Top of Provided records
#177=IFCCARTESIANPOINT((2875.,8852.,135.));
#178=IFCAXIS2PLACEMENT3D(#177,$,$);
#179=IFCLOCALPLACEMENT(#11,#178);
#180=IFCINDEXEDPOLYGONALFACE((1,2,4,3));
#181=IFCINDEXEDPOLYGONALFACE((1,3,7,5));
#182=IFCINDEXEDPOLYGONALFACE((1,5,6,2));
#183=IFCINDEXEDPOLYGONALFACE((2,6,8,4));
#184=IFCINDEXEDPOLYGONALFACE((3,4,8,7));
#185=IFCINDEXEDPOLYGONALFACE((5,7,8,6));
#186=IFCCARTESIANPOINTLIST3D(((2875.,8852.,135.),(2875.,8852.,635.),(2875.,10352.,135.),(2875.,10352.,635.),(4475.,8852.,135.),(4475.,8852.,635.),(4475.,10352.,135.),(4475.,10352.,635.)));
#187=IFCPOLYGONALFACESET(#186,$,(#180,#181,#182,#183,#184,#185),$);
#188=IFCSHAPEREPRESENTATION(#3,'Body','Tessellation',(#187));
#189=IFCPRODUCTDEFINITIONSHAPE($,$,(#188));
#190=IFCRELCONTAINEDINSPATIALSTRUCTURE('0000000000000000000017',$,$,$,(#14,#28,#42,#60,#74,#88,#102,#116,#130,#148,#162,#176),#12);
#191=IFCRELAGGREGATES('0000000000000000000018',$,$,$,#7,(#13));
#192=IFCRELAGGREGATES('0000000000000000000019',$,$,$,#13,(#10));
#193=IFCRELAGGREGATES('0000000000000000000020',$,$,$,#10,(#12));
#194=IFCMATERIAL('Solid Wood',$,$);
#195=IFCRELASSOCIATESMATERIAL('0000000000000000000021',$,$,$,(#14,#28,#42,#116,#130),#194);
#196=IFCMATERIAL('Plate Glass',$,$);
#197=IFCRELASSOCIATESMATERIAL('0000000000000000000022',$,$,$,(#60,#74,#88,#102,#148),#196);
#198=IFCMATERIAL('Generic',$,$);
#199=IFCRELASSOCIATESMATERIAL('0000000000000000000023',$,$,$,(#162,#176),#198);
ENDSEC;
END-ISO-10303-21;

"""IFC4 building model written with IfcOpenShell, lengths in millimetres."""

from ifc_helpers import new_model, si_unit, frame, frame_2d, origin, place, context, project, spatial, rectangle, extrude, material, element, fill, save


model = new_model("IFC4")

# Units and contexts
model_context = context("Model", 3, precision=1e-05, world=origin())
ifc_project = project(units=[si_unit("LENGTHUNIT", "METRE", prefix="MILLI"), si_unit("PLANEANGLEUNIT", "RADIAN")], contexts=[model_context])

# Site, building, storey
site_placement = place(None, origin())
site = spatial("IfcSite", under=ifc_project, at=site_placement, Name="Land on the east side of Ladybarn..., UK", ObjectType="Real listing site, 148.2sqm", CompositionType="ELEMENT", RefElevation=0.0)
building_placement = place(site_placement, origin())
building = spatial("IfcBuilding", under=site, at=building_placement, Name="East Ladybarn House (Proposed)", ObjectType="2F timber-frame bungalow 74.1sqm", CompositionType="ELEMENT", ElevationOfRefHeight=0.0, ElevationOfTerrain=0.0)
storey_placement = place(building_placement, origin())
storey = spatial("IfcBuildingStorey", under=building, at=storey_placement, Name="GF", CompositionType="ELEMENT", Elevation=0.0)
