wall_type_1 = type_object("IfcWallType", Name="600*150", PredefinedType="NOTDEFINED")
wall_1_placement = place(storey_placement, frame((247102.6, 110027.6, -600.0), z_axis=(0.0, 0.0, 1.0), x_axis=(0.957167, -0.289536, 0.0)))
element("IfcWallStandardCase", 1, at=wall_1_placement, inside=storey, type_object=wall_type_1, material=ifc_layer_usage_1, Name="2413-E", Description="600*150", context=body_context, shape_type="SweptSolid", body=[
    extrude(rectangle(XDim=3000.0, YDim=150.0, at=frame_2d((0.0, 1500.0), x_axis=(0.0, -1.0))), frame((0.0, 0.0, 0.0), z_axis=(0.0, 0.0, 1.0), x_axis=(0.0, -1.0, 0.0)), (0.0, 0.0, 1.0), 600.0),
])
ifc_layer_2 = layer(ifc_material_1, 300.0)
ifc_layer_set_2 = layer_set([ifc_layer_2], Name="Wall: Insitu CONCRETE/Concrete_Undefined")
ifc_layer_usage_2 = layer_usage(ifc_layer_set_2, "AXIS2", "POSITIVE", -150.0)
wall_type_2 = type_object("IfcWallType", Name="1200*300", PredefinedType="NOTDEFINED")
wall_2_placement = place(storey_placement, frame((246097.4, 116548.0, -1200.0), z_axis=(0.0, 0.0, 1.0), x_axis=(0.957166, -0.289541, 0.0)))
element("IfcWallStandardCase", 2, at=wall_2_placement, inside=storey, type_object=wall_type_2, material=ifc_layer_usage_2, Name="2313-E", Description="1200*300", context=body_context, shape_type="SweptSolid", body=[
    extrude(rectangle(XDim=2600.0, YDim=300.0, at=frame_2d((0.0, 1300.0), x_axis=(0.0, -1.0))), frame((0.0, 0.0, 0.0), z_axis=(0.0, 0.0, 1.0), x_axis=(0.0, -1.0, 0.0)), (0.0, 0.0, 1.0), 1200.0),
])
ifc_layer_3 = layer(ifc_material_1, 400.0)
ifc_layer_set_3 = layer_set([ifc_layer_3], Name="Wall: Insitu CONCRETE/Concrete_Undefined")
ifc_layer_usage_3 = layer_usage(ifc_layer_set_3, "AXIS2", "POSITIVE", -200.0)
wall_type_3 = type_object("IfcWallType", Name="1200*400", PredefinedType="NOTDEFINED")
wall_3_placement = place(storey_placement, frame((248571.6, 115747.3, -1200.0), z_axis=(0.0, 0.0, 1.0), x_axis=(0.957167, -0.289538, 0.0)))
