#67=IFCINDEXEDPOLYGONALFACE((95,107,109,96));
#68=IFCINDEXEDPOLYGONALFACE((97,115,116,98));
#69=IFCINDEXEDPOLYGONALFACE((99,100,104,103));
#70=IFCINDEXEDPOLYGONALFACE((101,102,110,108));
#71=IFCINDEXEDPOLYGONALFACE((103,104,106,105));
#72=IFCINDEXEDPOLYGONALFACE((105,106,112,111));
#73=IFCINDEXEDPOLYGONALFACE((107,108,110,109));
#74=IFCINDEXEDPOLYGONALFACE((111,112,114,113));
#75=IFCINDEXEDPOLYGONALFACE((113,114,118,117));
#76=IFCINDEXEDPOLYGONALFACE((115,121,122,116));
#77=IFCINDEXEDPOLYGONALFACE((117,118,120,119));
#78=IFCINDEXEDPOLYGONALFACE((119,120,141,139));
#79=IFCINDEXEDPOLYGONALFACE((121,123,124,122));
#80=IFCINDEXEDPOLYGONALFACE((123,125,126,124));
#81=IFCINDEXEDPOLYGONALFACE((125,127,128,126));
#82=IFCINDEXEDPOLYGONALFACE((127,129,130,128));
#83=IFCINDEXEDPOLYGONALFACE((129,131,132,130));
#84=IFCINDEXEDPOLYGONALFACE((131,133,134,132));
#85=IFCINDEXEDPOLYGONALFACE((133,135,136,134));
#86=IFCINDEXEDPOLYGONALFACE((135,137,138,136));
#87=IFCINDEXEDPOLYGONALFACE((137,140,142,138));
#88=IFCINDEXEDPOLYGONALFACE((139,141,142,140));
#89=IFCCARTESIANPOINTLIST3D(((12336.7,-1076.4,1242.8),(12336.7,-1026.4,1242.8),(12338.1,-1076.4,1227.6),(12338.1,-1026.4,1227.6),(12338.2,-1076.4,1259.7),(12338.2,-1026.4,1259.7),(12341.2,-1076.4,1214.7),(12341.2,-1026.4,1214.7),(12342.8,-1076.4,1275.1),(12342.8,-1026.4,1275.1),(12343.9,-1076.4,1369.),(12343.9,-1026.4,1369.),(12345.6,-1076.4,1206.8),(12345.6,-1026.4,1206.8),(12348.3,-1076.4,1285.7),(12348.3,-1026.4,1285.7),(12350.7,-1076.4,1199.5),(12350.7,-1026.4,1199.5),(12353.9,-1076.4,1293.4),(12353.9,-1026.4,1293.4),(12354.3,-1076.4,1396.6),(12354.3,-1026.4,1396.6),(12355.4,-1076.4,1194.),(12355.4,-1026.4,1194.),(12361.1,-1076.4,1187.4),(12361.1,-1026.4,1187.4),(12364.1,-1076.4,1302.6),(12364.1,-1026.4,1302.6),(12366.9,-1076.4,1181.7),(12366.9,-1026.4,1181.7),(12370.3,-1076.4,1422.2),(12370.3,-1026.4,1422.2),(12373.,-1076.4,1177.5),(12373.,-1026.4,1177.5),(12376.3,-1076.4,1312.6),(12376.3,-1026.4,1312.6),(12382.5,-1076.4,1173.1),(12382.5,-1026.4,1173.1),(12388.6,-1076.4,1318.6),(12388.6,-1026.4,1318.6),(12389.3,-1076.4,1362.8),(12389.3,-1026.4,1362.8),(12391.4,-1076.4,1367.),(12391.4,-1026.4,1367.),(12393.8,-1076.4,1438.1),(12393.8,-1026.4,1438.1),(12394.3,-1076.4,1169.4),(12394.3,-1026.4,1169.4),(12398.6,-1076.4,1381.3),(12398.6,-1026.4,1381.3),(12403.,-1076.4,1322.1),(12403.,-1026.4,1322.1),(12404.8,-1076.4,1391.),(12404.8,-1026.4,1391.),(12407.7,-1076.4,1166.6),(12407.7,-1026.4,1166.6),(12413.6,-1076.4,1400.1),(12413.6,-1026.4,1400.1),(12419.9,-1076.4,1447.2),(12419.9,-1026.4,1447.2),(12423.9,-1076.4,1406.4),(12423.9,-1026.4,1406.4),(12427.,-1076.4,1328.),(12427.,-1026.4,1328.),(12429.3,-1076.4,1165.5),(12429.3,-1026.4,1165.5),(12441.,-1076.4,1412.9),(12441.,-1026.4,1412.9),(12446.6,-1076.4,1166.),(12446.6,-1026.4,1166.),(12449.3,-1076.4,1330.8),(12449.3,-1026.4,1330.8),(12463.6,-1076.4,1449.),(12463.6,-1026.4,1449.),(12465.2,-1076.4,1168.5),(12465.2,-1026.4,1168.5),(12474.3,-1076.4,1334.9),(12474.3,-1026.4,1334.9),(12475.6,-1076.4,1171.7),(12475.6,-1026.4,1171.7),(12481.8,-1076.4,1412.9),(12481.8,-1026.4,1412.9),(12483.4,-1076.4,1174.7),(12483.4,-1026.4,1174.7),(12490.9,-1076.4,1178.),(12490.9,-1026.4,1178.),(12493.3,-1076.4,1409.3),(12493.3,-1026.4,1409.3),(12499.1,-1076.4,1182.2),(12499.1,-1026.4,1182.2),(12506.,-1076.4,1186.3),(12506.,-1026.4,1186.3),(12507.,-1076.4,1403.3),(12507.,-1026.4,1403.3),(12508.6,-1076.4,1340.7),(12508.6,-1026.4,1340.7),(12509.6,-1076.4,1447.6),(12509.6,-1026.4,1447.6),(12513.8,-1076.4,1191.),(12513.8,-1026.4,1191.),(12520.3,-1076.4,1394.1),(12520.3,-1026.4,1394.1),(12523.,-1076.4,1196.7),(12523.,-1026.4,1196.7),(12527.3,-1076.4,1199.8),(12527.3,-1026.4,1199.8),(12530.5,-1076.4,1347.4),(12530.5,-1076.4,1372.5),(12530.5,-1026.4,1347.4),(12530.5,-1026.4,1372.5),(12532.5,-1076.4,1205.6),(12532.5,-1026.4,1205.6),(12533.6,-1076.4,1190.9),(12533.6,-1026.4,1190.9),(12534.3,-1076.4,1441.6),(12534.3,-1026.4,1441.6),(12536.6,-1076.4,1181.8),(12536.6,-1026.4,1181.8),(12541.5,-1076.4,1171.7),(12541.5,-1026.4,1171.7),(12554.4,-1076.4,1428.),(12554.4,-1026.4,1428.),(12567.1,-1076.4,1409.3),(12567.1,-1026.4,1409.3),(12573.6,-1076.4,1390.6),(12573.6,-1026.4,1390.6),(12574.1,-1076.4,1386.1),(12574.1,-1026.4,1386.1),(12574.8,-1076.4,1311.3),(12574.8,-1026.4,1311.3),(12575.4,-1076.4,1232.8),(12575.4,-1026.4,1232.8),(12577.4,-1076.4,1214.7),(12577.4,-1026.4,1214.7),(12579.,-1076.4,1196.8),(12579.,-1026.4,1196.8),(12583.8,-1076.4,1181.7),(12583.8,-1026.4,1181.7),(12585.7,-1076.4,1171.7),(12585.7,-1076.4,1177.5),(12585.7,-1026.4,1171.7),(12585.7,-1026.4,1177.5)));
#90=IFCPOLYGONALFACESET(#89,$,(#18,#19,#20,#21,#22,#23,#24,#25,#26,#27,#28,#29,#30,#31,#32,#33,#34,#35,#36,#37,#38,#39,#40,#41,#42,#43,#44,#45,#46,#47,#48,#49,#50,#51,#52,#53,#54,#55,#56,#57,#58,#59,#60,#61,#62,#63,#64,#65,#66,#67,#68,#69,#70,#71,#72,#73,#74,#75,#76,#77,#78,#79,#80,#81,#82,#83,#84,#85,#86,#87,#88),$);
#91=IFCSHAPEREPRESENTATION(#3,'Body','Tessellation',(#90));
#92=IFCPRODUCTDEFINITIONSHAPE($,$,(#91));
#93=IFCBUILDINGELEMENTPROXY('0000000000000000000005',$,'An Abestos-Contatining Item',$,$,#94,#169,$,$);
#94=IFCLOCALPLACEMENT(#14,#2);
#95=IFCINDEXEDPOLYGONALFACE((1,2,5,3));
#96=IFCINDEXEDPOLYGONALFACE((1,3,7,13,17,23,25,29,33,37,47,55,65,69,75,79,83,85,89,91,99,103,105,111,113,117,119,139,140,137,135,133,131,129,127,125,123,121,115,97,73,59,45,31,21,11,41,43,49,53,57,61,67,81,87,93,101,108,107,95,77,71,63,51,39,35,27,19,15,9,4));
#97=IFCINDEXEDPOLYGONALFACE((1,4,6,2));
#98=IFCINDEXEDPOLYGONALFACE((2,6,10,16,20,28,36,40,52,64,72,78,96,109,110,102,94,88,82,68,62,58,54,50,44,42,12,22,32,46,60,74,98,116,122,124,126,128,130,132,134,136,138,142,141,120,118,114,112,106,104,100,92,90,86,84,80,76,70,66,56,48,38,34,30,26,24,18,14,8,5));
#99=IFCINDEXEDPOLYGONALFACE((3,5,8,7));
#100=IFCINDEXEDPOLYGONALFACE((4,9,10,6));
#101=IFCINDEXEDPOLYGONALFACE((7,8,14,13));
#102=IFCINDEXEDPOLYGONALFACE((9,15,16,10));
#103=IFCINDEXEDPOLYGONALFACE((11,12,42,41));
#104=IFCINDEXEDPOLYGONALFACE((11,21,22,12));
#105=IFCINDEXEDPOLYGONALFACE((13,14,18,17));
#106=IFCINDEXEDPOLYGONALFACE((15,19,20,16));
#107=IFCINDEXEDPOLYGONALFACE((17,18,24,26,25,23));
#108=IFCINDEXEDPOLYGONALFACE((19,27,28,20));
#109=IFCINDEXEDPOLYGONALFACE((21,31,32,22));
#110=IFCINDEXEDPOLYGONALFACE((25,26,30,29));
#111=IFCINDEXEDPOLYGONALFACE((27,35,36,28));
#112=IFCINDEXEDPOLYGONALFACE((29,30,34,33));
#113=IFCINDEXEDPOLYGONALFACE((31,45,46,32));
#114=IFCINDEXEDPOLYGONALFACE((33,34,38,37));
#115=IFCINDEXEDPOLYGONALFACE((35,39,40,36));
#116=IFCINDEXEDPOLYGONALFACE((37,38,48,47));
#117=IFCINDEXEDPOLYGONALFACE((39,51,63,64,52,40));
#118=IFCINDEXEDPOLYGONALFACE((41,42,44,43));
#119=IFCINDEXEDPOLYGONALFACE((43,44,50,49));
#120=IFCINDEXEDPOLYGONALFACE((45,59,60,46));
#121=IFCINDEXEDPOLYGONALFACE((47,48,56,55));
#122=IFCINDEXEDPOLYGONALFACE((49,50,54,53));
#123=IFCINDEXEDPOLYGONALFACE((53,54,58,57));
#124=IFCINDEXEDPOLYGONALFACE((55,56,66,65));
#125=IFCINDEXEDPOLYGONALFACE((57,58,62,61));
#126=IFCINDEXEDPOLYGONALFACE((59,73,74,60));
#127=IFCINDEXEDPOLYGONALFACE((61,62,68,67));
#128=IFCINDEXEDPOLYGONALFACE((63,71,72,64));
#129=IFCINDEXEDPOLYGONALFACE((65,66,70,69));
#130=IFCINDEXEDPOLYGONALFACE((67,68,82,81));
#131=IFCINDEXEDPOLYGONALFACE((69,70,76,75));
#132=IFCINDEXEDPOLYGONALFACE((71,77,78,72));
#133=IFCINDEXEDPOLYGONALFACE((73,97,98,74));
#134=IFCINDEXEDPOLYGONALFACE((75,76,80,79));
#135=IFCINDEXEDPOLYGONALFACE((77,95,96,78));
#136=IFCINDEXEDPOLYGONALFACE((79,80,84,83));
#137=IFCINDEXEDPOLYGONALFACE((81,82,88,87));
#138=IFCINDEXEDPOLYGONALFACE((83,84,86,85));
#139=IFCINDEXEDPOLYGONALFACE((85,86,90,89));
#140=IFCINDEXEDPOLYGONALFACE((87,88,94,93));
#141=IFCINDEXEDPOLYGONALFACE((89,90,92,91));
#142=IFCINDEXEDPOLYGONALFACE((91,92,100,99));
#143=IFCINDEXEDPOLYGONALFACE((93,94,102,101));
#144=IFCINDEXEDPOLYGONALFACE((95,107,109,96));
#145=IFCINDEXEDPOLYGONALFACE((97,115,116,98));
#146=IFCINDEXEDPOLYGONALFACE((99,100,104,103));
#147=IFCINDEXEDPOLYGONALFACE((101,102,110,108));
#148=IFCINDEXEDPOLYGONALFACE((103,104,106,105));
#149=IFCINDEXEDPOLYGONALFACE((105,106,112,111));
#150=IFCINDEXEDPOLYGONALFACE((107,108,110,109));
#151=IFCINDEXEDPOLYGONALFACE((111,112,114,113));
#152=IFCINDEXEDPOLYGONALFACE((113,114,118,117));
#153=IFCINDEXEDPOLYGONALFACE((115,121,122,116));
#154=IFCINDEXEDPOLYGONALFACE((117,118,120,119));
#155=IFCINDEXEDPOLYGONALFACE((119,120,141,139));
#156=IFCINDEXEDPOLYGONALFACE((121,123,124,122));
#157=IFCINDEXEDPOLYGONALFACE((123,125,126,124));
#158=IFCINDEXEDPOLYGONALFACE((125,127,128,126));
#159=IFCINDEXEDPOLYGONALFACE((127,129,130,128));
Bottom of Provided records
*How to complete this task*. Whichever lines of the material hold the word "SweptSolid", find and copy them.

*Expected output*.
element("IfcWallStandardCase", 1, at=wall_1_placement, inside=storey, type_object=wall_type_1, material=ifc_layer_usage_1, Name="2413-E", Description="600*150", context=body_context, shape_type="SweptSolid", body=[
element("IfcWallStandardCase", 2, at=wall_2_placement, inside=storey, type_object=wall_type_2, material=ifc_layer_usage_2, Name="2313-E", Description="1200*300", context=body_context, shape_type="SweptSolid", body=[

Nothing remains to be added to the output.